From Marseilles the plague spread through Provence with disastrous results. In some monasteries not even a single survivor was left. In one of these Petrarch’s brother buried thirty-four of his companions. At Avignon, the seat of the Pope, 1,800 deaths occurred in three days. In Paris more than fifty thousand died of the plague.

In England the black death appeared in August, 1348, and continued till the autumn of 1349, when it disappeared. London, which at that time probably had a population of 45,000, had a mortality of about 20,000. No exact statement can be made of the relative mortality in England, although many undoubtedly extravagant guesses are recorded by contemporaneous writers.

It is estimated that the population of Europe previous to the outbreak of the black death was about one hundred and five millions. One quarter of the population, or about twenty-five millions, are said to have died of the plague.
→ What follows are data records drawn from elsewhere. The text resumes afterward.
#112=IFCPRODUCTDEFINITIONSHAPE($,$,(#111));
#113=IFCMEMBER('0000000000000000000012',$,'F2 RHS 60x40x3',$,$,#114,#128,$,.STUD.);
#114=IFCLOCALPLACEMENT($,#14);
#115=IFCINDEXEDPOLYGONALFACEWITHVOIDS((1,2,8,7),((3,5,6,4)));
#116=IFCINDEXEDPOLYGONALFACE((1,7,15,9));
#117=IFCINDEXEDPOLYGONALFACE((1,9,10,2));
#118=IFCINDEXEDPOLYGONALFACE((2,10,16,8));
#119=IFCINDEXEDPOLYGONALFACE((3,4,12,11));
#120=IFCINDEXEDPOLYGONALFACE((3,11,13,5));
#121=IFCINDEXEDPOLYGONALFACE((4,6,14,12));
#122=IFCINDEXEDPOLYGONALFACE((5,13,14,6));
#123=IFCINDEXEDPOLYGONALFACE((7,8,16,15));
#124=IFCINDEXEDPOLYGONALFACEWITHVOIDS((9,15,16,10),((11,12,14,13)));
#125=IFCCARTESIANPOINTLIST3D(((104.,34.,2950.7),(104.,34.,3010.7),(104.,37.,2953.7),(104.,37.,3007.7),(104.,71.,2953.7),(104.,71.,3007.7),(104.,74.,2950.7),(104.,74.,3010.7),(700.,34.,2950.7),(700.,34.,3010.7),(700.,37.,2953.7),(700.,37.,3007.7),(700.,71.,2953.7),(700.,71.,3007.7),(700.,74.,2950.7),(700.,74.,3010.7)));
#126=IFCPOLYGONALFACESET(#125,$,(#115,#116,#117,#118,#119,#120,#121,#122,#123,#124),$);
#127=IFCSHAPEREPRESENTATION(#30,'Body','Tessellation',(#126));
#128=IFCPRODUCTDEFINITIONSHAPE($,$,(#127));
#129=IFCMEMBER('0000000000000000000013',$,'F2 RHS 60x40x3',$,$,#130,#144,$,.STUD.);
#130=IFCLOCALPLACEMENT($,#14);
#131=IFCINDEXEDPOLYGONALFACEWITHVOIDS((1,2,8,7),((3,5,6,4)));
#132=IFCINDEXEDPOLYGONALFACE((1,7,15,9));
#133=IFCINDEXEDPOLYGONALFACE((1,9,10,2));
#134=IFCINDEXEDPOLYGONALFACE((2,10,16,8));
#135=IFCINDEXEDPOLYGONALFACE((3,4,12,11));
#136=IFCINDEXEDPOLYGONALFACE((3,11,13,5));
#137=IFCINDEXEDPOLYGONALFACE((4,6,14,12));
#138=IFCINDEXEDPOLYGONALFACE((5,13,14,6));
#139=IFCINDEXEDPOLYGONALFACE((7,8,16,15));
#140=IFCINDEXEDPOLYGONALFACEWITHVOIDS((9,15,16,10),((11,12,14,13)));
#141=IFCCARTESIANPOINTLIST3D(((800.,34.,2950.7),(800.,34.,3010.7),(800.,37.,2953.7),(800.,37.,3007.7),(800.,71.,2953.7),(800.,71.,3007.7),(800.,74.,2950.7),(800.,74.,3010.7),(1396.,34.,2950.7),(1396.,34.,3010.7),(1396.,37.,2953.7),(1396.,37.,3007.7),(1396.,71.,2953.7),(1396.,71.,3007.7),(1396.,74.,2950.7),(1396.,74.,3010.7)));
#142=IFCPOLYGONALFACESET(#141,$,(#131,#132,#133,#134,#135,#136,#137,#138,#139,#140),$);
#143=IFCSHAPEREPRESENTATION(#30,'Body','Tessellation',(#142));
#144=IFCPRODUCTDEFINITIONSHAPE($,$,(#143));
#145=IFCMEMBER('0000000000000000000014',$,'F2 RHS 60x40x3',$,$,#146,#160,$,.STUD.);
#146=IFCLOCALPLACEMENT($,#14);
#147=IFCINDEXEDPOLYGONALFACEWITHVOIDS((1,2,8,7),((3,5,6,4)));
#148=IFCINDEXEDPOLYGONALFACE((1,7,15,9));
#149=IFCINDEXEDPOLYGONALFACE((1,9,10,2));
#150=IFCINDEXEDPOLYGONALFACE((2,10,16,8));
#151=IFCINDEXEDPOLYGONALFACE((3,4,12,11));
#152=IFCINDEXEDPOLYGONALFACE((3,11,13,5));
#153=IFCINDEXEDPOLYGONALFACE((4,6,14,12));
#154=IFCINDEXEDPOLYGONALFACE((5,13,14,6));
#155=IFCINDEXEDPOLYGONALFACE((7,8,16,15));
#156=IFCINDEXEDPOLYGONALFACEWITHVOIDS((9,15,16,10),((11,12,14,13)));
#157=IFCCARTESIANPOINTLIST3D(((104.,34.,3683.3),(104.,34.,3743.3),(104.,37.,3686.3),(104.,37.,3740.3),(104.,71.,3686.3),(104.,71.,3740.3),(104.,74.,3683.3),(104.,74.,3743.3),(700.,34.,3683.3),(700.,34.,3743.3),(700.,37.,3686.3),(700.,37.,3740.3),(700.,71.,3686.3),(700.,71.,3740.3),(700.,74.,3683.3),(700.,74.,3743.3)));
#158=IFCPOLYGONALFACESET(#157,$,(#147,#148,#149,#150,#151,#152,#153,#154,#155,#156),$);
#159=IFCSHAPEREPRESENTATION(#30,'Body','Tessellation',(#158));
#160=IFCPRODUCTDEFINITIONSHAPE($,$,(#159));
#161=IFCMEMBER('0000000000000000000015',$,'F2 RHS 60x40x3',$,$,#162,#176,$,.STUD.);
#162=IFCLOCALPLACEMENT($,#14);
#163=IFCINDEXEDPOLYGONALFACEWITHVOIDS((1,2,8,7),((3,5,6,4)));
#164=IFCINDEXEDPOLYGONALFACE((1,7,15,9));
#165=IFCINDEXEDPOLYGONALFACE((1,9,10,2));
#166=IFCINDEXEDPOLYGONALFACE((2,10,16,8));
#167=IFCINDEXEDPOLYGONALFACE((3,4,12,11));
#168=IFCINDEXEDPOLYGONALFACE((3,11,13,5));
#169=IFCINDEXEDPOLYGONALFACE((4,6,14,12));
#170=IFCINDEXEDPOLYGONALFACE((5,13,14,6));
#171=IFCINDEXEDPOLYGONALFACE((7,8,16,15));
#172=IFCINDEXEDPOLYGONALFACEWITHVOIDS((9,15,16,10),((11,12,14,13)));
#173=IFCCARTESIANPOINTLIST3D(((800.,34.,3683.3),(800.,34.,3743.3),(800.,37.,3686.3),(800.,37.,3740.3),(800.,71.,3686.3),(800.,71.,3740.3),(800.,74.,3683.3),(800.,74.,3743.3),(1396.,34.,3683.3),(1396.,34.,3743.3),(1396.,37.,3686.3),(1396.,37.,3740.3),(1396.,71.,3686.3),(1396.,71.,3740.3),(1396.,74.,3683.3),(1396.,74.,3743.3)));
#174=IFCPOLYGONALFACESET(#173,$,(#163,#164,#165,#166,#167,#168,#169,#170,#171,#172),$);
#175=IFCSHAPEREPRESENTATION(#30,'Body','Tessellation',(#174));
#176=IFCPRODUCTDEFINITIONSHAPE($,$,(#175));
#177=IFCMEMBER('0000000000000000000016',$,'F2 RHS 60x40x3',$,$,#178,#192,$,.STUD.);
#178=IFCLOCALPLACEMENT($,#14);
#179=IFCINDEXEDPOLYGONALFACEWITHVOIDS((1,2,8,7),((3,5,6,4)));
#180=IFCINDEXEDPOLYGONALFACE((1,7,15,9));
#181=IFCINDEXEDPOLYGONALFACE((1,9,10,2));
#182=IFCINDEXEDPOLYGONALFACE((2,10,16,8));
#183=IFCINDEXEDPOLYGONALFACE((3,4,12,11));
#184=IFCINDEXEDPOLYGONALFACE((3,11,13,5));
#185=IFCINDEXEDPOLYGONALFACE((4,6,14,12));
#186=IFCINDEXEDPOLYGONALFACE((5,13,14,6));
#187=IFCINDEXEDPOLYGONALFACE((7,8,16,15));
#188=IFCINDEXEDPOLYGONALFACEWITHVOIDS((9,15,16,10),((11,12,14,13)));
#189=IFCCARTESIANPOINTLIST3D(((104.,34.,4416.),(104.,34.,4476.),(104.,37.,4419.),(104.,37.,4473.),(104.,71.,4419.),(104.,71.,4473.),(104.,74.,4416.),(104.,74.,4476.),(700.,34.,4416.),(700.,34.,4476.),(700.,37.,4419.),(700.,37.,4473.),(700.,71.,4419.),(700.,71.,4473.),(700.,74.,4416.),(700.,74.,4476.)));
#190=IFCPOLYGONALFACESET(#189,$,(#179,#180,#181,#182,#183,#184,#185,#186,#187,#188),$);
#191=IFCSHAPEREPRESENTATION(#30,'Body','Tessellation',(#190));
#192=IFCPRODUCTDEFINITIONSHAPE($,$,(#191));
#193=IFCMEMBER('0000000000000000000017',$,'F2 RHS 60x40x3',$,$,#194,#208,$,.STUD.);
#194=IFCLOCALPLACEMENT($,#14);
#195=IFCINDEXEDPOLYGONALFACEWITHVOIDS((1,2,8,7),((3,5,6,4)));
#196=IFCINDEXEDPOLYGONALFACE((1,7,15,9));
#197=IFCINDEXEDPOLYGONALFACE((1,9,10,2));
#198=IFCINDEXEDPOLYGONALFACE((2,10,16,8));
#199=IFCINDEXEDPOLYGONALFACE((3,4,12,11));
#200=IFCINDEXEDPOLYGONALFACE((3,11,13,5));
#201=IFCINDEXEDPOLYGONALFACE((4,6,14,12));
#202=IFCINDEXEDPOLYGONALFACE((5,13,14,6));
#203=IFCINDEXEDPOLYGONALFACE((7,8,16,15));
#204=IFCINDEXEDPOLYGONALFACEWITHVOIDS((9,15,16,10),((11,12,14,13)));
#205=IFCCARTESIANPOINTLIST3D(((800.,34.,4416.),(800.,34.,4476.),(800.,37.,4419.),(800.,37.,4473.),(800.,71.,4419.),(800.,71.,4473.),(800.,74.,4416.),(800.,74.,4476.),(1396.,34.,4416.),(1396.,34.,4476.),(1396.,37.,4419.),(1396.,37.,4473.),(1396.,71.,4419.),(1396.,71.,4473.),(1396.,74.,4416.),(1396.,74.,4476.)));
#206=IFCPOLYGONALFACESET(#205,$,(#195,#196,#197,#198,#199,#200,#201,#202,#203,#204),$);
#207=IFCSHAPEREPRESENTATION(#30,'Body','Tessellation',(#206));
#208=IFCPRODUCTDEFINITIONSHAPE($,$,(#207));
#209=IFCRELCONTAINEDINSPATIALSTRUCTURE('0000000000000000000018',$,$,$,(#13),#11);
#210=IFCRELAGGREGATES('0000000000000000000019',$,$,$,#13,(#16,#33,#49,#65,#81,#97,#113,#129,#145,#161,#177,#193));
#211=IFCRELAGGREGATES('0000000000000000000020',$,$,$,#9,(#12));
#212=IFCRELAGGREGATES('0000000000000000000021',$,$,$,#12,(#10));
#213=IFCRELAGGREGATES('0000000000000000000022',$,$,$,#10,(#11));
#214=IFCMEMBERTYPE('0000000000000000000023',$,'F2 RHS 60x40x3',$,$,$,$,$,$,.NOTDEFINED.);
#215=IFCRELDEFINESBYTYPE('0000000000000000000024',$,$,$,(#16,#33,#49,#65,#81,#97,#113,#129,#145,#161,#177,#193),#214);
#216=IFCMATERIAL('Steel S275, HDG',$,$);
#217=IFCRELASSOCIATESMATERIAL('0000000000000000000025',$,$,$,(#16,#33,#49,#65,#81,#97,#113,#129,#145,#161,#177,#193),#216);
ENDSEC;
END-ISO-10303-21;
This may be but a mere estimate, it may be grossly inaccurate, but it nevertheless indicates the deadly character of the pestilence. According to a report made to Pope Clement VI, the total mortality for the known world was placed at forty-three millions. One-half the population of Italy succumbed. The Order of Minorites in Italy lost 300,000 members. The Order of Capuchins in Germany lost 126,000 members, while the total of deaths in Germany was placed at 1,200,000.

The invasion of Europe by the black death was sudden and rapid. The seeds of the disease, once planted on European soil, persisted, as might be expected, for no little time. Although the great epidemic was said to have lasted till 1360, it must not be inferred that it then ceased altogether. Diverse localities retained the infection, and, as a result, new outbreaks, though to a less extent, continued to outcrop during the following years. From that time on every decade or two witnessed more or less pronounced outbreaks of the disease in France, England and Italy. The chroniclers of those local outbreaks during the latter half of the fourteenth and during the entire fifteenth century did not always make it clear that the pestilence described was the real plague. It was but natural to include typhus and other diseases under the dreaded term of pest. Nevertheless, the frequency of these outbreaks indicates the persistence and the wide dissemination of the plague during those years.

During the sixteenth century the plague apparently began to show a decrease in its frequency, although during this period, as before, other epidemic diseases were mistaken for it. Germany, Holland, certain cities in France, and especially in Italy were scourged by the plague during this century. The noteworthy outbreak in Italy in 1575–77 was due to fresh importation from the Orient. The disease spread throughout Italy, and the devastation it caused was not inferior to that of the great plague two centuries before. For example, in 1576 in Venice 70,000 died of the disease.